TRE BRESCIANI... PELLEGRINI
Il Bagaglio ed il Prontuario medico


Sosta a Ponte sul Rigo con alcuni amici di Turbigo (MI)

Quello che vedete scritto qui sotto è quanto è rimasto nei nostri zaini dopo aver gettato molte cose "inutili e pesanti" lungo la strada.
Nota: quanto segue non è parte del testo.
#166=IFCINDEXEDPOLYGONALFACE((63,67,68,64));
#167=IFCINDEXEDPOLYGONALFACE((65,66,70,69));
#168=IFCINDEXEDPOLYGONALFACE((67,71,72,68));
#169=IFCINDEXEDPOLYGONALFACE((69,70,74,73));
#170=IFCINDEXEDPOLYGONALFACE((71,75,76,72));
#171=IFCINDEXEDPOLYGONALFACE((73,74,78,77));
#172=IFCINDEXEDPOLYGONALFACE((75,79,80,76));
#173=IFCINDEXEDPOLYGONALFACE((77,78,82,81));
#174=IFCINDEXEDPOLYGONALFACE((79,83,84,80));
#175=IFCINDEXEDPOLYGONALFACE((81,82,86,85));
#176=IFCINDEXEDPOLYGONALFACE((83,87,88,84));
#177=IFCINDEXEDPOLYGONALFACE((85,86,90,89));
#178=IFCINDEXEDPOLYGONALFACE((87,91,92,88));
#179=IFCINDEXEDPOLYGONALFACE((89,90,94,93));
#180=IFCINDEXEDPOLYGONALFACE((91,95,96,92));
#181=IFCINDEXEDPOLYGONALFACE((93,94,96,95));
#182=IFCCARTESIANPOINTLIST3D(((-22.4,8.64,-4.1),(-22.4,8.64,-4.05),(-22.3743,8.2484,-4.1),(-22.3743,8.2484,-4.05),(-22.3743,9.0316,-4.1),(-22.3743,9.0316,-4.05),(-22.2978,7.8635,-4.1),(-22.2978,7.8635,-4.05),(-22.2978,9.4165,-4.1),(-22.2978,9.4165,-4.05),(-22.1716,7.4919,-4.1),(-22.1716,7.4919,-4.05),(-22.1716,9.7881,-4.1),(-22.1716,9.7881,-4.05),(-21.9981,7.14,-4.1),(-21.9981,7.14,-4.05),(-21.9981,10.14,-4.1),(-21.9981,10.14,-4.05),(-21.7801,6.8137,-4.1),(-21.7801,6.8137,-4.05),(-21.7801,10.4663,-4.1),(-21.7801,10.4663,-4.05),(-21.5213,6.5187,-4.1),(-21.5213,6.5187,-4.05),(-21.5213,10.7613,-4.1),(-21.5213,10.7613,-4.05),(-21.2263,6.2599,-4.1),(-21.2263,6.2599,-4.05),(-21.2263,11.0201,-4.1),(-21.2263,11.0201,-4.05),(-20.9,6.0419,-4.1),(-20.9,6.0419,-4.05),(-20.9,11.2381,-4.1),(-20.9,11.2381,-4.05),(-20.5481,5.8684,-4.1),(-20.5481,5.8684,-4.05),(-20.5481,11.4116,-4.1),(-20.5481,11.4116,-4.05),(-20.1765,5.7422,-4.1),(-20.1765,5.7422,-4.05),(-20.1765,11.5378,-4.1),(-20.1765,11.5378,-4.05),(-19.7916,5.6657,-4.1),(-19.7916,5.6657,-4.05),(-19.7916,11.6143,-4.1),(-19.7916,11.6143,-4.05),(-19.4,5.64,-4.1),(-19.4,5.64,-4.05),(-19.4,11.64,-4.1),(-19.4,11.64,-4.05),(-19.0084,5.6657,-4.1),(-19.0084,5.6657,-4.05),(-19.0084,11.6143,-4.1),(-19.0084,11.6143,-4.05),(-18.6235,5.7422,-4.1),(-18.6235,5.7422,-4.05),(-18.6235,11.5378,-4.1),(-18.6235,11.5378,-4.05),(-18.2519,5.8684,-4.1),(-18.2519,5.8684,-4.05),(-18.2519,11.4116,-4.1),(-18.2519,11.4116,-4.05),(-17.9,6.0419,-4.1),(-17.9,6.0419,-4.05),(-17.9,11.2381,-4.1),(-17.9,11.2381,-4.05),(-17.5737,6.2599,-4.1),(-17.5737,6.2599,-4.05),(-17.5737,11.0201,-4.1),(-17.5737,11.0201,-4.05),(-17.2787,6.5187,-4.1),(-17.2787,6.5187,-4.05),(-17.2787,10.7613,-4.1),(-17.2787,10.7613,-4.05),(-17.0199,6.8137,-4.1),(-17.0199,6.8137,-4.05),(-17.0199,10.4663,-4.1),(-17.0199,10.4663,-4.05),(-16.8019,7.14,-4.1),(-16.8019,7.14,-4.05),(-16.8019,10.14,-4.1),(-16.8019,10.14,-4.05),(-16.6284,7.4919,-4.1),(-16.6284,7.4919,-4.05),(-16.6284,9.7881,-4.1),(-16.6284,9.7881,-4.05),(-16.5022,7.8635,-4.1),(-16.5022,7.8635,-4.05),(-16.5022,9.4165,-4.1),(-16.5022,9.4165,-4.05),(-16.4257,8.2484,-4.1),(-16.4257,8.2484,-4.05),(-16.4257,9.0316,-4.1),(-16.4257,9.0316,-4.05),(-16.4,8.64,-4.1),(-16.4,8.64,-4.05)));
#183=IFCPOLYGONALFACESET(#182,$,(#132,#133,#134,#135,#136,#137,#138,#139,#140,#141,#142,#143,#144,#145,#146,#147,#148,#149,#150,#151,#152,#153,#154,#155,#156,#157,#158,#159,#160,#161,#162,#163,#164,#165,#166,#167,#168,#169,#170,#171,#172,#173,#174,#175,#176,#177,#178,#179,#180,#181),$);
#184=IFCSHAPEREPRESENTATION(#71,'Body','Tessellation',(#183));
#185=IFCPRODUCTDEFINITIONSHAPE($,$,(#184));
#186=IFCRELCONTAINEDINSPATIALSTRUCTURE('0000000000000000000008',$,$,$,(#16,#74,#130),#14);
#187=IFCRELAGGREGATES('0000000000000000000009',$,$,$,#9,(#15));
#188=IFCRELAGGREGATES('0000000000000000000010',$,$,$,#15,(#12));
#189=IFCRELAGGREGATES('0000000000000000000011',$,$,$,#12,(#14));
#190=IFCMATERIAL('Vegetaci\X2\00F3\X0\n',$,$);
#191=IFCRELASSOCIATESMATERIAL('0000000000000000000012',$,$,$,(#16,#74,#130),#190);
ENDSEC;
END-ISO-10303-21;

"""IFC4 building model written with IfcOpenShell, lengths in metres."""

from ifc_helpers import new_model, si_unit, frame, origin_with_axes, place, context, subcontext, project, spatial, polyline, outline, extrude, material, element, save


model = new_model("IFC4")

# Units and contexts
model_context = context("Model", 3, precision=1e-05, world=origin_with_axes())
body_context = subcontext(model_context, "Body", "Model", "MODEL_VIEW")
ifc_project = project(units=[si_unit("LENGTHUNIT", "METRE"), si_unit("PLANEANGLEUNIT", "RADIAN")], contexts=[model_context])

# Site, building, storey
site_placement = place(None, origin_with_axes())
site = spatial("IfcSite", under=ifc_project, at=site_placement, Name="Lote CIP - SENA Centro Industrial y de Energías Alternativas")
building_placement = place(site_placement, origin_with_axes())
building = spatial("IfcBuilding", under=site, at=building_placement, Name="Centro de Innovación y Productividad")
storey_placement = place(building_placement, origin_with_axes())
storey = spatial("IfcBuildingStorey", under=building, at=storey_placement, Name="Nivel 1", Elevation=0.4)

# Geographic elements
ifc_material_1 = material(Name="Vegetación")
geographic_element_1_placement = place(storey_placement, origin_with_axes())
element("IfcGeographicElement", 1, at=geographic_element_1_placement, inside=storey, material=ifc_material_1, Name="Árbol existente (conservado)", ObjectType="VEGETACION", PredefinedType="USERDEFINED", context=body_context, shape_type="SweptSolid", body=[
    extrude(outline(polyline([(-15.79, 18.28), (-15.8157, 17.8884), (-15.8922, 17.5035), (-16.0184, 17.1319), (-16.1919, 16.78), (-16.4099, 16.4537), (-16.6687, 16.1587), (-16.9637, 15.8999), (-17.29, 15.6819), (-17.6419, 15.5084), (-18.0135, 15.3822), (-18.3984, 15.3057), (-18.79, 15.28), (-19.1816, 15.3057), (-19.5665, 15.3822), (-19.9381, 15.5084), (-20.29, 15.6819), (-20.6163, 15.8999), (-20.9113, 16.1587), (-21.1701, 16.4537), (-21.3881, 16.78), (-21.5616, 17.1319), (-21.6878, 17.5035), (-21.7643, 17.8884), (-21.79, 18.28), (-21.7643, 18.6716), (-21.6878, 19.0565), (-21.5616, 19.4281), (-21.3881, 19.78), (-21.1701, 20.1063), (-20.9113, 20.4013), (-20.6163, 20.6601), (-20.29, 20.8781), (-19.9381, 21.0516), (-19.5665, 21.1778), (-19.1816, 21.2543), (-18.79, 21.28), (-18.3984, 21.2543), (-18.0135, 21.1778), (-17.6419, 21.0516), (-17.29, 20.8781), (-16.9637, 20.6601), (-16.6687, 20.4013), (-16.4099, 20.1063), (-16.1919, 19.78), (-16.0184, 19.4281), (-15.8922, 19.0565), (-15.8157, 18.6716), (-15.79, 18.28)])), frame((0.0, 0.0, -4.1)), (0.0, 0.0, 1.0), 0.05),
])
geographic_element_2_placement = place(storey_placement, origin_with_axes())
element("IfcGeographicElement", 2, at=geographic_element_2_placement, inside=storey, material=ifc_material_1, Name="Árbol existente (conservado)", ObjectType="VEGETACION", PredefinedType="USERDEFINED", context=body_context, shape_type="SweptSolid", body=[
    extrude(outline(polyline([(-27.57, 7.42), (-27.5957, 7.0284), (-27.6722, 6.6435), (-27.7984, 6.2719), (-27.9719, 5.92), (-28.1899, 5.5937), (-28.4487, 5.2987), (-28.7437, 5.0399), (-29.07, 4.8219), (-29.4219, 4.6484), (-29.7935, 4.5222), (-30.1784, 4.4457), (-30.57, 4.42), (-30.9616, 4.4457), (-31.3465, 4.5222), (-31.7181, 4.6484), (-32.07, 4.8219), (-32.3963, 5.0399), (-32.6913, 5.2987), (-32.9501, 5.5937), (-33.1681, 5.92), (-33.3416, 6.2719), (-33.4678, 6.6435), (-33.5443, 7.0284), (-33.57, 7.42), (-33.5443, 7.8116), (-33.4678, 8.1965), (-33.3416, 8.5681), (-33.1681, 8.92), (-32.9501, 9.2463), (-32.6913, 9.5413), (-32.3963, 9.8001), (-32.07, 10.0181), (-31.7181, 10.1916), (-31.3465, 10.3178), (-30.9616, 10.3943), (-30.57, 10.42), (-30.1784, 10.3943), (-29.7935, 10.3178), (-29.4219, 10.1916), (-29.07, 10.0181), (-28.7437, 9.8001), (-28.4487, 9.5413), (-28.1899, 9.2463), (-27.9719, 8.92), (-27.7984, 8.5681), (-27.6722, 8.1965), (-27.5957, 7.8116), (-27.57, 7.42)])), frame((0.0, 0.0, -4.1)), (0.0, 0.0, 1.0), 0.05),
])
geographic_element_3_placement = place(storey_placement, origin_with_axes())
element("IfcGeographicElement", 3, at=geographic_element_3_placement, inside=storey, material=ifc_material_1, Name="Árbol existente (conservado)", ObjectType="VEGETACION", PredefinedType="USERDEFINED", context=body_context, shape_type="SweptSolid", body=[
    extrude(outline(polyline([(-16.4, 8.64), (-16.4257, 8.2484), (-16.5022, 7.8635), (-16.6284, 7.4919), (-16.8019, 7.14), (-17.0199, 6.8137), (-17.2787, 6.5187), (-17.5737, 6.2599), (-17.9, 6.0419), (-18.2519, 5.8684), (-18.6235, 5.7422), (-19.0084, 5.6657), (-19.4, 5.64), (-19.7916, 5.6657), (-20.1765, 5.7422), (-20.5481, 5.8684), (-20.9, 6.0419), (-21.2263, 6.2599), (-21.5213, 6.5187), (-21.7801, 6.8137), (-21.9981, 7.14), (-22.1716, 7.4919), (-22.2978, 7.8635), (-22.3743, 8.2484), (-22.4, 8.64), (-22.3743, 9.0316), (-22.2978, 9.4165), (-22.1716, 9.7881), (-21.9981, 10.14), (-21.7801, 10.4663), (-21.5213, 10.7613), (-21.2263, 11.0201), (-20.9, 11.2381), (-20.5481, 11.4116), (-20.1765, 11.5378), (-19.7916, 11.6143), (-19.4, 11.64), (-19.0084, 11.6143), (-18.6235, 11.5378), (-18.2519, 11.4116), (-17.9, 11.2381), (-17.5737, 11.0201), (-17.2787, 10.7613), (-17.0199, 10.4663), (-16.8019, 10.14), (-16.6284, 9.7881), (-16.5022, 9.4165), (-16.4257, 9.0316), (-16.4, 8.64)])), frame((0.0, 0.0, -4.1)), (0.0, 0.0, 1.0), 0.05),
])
Con una forte dose di adattamento, molte delle cose nella lista potete lasciarle a casa (!) Noi però almeno queste vi consigliamo di portarle:

Bagaglio ideale (compreso quello che si indossa)

3 mutande
3 magliette facili da lavare(bianche)
3 paia di calze morbide imbottite (senza cuciture)
2 calzoncini corti
1 maglietta "bella" (anche a maniche lunghe)
1 canottiera (per la notte)
1 paio di calzoni lunghi (anche tuta)
1 felpa (meglio 'pile')
1 poncho impermeabile (deve coprire anche lo zaino)
1 cappellino a falde larghe (meglio chiaro)
1 salviettone di spugna dai milleusi
   che trovera' da solo la strada del ritorno
1 sacco a pelo
1 tela cerata come sotto-sacco a pelo
1 paio di scarpe da tracking o da ginnastica
   (morbide, meglio se usate molto)
1 paio di sandali o ciabatte per arieggiare i piedi la sera
     e fare la doccia in sicurezza
1 coltellino milleusi 1 cucchiaio 1 tazza
1 bussola 1 orologio sveglia 1 minitorcia
1 plico cartine 1:200.000 della zona attraversata
1 cellulare (meglio se rooming) +carica batterie
1 sapone marsiglia (bucato + doccia)
1 Bastone da pelleggrino, lo si trova lungo il cammino
    (o canna o sambuco)
1 quadernetto da usare come diario di viaggio
    (sia per i timbri sia per gli indirizzi), apre molte porte!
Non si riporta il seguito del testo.